In the 1930s, British adviser to Bahrain Sir Charles Belgrave proposed to rename the Persian Gulf, “Arabian Gulf,” a proposal that was rejected by the British Colonial and Foreign offices. Two decades later, the Anglo-Iranian Oil Company resurrected the term during its dispute with Mohammad Mossadegh, the Iranian Prime Minister whose battle with British oil interests would end in a U.S.-sponsored coup d'état that continues to haunt U.S.-Iran relations. In the 1960s, the title “Arabian Gulf” became central to propaganda efforts during the Pan-Arabism era aimed at exploiting ethnic divisions in the region to unite Arabs against non-Arabs, namely Iranians and Israelis. The term was later employed by Saddam Hussein to justify his aims at territorial expansion. Osama Bin Laden even adopted the phrase in an attempt to rally Arab populations by emphasizing ethnic rivalries in the Middle East.

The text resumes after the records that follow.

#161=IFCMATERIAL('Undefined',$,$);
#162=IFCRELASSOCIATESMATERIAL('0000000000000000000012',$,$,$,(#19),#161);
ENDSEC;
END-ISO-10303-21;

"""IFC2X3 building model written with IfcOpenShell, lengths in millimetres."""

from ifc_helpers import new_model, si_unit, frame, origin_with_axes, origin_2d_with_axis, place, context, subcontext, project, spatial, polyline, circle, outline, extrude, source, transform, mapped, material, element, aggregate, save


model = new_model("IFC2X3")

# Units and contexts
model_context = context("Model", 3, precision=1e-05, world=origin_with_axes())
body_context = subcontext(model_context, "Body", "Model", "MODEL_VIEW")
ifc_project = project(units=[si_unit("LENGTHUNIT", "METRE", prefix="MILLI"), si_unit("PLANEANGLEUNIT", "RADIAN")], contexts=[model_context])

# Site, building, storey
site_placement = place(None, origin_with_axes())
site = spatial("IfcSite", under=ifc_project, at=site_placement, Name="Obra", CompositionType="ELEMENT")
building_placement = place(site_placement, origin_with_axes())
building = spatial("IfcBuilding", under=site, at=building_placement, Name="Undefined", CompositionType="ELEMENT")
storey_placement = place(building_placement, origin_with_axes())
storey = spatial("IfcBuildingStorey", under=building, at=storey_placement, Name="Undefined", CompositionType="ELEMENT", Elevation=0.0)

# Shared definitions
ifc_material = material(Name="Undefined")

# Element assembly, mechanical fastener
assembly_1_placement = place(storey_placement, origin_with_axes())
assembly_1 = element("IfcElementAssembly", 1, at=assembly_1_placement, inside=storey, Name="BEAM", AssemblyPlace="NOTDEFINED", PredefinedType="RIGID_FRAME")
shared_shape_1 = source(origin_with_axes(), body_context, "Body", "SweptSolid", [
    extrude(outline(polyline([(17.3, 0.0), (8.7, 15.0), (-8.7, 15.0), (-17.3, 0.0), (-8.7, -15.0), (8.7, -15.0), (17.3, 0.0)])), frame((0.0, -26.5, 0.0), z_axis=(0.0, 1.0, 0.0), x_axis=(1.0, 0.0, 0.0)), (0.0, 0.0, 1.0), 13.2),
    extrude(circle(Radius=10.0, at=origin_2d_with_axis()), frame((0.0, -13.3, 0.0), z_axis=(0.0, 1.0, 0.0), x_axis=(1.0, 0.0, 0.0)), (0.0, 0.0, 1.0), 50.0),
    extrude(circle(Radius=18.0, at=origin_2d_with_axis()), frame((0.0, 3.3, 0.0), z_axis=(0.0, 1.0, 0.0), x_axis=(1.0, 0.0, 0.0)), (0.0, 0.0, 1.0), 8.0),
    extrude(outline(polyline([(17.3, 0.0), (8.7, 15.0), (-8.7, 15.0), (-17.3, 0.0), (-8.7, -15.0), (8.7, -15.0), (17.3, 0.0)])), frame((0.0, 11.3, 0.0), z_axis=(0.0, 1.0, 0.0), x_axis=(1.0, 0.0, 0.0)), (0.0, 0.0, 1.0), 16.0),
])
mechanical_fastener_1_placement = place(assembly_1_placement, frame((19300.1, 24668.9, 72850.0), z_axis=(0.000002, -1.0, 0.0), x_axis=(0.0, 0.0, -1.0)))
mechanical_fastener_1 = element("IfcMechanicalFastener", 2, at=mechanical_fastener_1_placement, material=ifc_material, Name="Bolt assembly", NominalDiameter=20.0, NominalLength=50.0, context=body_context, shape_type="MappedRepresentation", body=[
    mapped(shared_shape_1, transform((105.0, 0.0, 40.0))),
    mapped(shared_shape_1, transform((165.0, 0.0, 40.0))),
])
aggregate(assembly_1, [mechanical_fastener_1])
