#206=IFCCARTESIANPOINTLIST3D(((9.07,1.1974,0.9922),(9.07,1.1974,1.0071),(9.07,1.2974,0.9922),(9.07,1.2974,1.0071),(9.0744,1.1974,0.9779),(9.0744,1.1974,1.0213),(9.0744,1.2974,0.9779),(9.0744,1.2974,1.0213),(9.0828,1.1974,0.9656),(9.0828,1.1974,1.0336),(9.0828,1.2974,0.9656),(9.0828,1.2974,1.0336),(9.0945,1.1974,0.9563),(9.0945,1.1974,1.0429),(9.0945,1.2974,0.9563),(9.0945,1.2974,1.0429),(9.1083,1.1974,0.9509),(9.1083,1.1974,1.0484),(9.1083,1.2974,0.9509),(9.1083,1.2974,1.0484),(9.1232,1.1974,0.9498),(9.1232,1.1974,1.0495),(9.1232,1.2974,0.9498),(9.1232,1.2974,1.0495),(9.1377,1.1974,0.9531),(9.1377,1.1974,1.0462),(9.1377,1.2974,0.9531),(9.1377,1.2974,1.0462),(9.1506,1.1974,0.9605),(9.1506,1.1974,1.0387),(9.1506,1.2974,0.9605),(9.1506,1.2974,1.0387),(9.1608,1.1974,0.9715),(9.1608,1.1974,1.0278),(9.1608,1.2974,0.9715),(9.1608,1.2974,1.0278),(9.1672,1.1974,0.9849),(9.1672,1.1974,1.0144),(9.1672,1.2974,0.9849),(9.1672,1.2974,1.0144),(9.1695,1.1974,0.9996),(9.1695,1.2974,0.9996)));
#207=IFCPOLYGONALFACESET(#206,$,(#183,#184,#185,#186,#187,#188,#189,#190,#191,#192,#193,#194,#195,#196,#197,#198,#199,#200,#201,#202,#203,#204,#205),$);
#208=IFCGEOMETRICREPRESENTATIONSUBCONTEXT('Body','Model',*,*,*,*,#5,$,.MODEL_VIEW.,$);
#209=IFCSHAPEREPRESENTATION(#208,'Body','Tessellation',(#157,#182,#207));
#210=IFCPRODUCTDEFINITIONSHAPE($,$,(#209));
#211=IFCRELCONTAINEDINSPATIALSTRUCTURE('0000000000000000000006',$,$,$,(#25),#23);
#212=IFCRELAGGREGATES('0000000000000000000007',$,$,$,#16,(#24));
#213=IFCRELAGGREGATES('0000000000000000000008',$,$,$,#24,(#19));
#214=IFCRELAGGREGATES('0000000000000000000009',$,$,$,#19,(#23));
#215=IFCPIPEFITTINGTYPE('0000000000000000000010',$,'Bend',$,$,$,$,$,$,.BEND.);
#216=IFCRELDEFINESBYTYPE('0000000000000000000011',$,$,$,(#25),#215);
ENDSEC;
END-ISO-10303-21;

We have serious concerns that Google is now playing into these efforts of geographic politicization. Unfortunately, this is not the first time Google has stirred controversy on this topic. In 2008, Google Earth began including the term “Arabian Gulf” in addition to Persian Gulf as the name for the body of water. NIAC and others called on you then to stop using this ethnically divisive propaganda term, but to no avail. Instead of following the example of organizations like the National Geographic Society, which in 2004 used term “Arabian Gulf” in its maps but recognized the error and corrected it, Google has apparently decided to allow its informational products to become politicized.

Google should rectify this situation and immediately include the proper name for the Persian Gulf in Google Maps and all of its informational products. The exclusion of the title of the Persian Gulf diminishes your applications as informational tools, and raises questions about the integrity and accuracy of information provided by Google.

We strongly urge you to stay true to Google’s mission – “to organize the world’s information and make it universally accessible and useful” – without distorting or politicizing that information. We look forward to an explanation from you regarding the recent removal of the Persian Gulf name from Google Maps and call on you to immediately correct this mistake.